History Of Frank Lorenzo





History Of Frank Lorenzo  


Frank Lorenzo was chairman, president and chief executive officer of Texas Air Corporation. He was also chairman, president and chief executive officer of Continental Airlines, and chairman of Eastern Air Lines. Lorenzo is a graduate of Columbia College and the Harvard Business School. Early in his career, Lorenzo was associated with the financial departments of Trans World Airlines and Eastern Air Lines, and in 1966 co-founded Lorenzo, Carney & Co. In 1969,  Lorenzo co-founded Jet Capital Corporation which had  major interest in Texas Air.  

With the passing of the Airline Deregulation Act of 1978 airline carriers were provided with new freedoms to expand their route systems and the flexibility to develop innovative pricing structures.
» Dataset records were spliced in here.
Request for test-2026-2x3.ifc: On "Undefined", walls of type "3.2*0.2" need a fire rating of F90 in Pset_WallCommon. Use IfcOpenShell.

First a look at what the model holds.

```python
import ifcopenshell
import ifcopenshell.util.element

model = ifcopenshell.open("test-2026-2x3.ifc")
print(model.schema)
storey = next(s for s in model.by_type("IfcBuildingStorey") if s.Name == "Undefined")
walls = [e for e in ifcopenshell.util.element.get_decomposition(storey) if e.is_a("IfcWall")]
seen = {}
for e in walls:
    element_type = ifcopenshell.util.element.get_type(e)
    key = (element_type.Name if element_type != e and element_type else None, ifcopenshell.util.element.get_pset(e, "Pset_WallCommon", "FireRating"))
    seen[key] = seen.get(key, 0) + 1
for (name, value), count in sorted(seen.items(), key=str):
    print(count, "x", name, "|", value)
```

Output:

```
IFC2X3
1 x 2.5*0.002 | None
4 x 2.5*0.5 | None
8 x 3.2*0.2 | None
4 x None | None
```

```python
import ifcopenshell
import ifcopenshell.api.pset
import ifcopenshell.util.element

model = ifcopenshell.open("test-2026-2x3.ifc")

storey = next(s for s in model.by_type("IfcBuildingStorey") if s.Name == "Undefined")
walls = [e for e in ifcopenshell.util.element.get_decomposition(storey) if e.is_a("IfcWall")]

count = 0
for e in walls:
    element_type = ifcopenshell.util.element.get_type(e)
    if element_type in (None, e) or element_type.Name != "3.2*0.2":
        continue
    # add_pset returns the element's existing set when there is one.
    pset = ifcopenshell.api.pset.add_pset(model, product=e, name="Pset_WallCommon")
    ifcopenshell.api.pset.edit_pset(model, pset=pset, properties={"FireRating": "F90"})
    count += 1

print(count, "walls updated")

model.write("test-2026-2x3_edited.ifc")
```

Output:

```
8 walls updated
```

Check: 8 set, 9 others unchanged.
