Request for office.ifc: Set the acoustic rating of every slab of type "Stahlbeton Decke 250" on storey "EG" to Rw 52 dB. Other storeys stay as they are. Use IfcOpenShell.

First a look at what the model holds.

```python
import ifcopenshell
import ifcopenshell.util.element

model = ifcopenshell.open("office.ifc")
print(model.schema)
storey = next(s for s in model.by_type("IfcBuildingStorey") if s.Name == "EG")
slabs = [e for e in ifcopenshell.util.element.get_decomposition(storey) if e.is_a("IfcSlab")]
seen = {}
for e in slabs:
    element_type = ifcopenshell.util.element.get_type(e)
    key = (element_type.Name if element_type != e and element_type else None, ifcopenshell.util.element.get_pset(e, "Pset_SlabCommon", "AcousticRating"))
    seen[key] = seen.get(key, 0) + 1
for (name, value), count in sorted(seen.items(), key=str):
    print(count, "x", name, "|", value)
```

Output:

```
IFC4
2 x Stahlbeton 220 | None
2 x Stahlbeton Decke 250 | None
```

```python
import ifcopenshell
import ifcopenshell.api.pset
import ifcopenshell.util.element

model = ifcopenshell.open("office.ifc")

storey = next(s for s in model.by_type("IfcBuildingStorey") if s.Name == "EG")
slabs = [e for e in ifcopenshell.util.element.get_decomposition(storey) if e.is_a("IfcSlab")]

count = 0
for e in slabs:
    element_type = ifcopenshell.util.element.get_type(e)
    if element_type in (None, e) or element_type.Name != "Stahlbeton Decke 250":
        continue
    # add_pset returns the element's existing set when there is one.
    pset = ifcopenshell.api.pset.add_pset(model, product=e, name="Pset_SlabCommon")
    ifcopenshell.api.pset.edit_pset(model, pset=pset, properties={"AcousticRating": "Rw 52 dB"})
    count += 1

print(count, "slabs updated")

model.write("office_v2.ifc")
```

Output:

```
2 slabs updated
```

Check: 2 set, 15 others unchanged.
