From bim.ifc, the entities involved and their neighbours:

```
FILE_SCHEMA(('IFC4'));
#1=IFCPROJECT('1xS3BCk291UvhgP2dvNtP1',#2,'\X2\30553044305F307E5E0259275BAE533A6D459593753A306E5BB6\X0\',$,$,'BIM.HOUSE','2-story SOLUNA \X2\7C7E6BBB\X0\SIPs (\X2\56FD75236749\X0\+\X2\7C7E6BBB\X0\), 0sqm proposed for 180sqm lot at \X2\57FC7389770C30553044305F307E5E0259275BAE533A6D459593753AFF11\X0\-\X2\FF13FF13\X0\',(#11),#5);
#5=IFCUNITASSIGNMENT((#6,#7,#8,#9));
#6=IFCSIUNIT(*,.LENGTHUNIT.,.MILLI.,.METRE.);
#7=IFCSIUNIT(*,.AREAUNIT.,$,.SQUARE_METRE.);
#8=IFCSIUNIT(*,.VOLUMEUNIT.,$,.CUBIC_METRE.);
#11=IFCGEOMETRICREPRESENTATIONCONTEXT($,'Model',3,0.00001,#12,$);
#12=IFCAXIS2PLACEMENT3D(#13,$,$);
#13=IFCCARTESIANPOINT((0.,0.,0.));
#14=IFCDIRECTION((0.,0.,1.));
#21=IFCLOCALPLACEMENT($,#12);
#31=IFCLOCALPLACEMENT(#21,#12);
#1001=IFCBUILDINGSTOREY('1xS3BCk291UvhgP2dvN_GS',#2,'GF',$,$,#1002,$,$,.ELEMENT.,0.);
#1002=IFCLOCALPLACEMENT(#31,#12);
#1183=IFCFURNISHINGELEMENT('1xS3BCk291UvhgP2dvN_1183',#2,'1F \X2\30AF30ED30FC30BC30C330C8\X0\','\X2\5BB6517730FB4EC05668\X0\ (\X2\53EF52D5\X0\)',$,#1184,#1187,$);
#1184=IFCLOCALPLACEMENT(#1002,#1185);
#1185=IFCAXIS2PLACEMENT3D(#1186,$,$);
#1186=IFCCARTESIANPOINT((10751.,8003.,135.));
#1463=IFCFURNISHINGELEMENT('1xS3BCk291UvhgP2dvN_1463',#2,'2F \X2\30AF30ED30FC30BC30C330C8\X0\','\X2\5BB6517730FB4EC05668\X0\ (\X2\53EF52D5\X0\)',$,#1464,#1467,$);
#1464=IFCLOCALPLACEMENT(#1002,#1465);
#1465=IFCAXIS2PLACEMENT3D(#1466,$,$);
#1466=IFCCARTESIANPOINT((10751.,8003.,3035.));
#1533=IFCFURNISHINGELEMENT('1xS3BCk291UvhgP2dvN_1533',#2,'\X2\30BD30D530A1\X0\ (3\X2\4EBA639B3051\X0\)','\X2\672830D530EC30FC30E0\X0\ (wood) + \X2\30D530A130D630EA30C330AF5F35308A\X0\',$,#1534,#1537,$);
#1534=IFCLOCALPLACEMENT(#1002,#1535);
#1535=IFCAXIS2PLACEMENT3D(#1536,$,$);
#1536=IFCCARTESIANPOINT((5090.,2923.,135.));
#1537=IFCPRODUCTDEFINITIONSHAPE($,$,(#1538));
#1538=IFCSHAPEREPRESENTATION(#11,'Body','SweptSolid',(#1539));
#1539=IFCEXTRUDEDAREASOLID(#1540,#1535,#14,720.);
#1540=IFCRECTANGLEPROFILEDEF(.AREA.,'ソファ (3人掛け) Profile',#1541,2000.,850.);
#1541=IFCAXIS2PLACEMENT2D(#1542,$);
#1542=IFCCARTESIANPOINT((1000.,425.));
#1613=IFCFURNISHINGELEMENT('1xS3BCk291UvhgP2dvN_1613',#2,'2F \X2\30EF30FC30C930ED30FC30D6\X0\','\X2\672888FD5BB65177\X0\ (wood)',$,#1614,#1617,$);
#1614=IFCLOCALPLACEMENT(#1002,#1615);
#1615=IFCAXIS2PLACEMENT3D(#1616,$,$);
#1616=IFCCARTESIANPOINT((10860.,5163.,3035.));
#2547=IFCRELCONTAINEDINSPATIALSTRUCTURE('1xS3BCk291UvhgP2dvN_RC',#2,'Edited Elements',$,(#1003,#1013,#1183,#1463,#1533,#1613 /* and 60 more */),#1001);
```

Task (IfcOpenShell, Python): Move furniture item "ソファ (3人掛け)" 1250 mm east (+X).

```python
import ifcopenshell
import ifcopenshell.api.geometry
import ifcopenshell.util.placement

model = ifcopenshell.open("bim.ifc")

item = model.by_guid("1xS3BCk291UvhgP2dvN_1533")
matrix = ifcopenshell.util.placement.get_local_placement(item.ObjectPlacement)
matrix[0, 3] += 1250.0
ifcopenshell.api.geometry.edit_object_placement(model, product=item, matrix=matrix, is_si=False)

print(ifcopenshell.util.placement.get_local_placement(item.ObjectPlacement).round(3) + 0.0)

model.write("bim-out.ifc")
```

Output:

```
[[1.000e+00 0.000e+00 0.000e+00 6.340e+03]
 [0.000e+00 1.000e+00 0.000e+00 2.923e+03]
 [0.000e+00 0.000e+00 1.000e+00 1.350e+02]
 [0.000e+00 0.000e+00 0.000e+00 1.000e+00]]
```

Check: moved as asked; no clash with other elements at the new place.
This flexibility allowed the carrier to further grow into new markets. However, deregulation brought about many unwanted hostile takeovers and mergers. The move was on by many airlines to become giants in the industry. Either be taken over or take over other air carriers. Unions were being busted to cut personnel payrolls to increase profits. Non-union carriers like People Express triggered airfare wars which cost the airline industry close to a 100 million dollars.


Frank Lorenzo, owner of Texas International Airlines, took over People Express, Continental Airlines , New York Air and Eastern Airlines in the early 1970's and 1980's. Upon control of Continental, Lorenzo file for reorganization under the bankruptcy laws. He then laid off his work force and brought in non-union workers and restarted the airline.  

This move allowed him to cut union personnel wages in half by bring in non-union workers. Lorenzo then slashed airfares causing an airfare war throughout the industry. Airlines had great difficulty in keeping their doors open. Many air carriers had to merge in order to survive. Lorenzo, with a desire to have major control of air passenger industry, sought and gained control over Eastern Airlines and Frontier Airlines.  

This move made Texas Airline one of the biggest airlines in the country. The move by Lorenzo forced the merger of many air carriers in order to remain viable. Air carriers could not compete with current airfares unless they merged with other carriers. TWA acquired Ozark, Delta Airlines acquired Western Airlines and Northwest acquired Republic Airlines.    

Lorenzo was not satisfied. Driven by profits, Lorenzo requested machinists of Eastern Airlines to take a pay cut. However, the machinist union refused to do so. This brought about a war between labor and management. The machinist union IAM (International Association of Machinist and Aerospace Workers) called for a strike. The strike brought about air passenger delay and the company began loosing millions in daily revenues.  

The United States Bankruptcy Court intervened after a creditor brought suit against Eastern Airlines. The court very much aware of Lorenzo's labor practice, appointed Martin Shugrue as temporary trustee over Eastern. Eastern was unable to overcome its fiscal downfall and as a result was forced to close its door. Many had accused Lorenzo of selling off assets and transferring Eastern's aircrafts to Texas Air. 

Other accusations included depleting Eastern's pension fund. Many felt Lorenzo was only interested in purchasing defunct air carriers in order to strip the carriers of its assets. This was a major blow to Lorenzo's credibility in the business community. In the summer of 1991, Lorenzo sold off most of his investments with Continental Airlines. This allowed Continental to further grow as a result of IAM and other unions had kick up a storm.   

The Scandinavian airline that bought Continental also insisted that Lorenzo leave, and signed a pact to stay out of the airline business for seven years. But that didn't stop Lorenzo from trying to start up another small airline in Baltimore, which he ironically wanted to call Friendship, in 1993. After a flurry of union protest, the U.S. Department of Transportation denied Lorenzo's bid to establish the airline, saying he was unfit to fly "in accord with the public interest."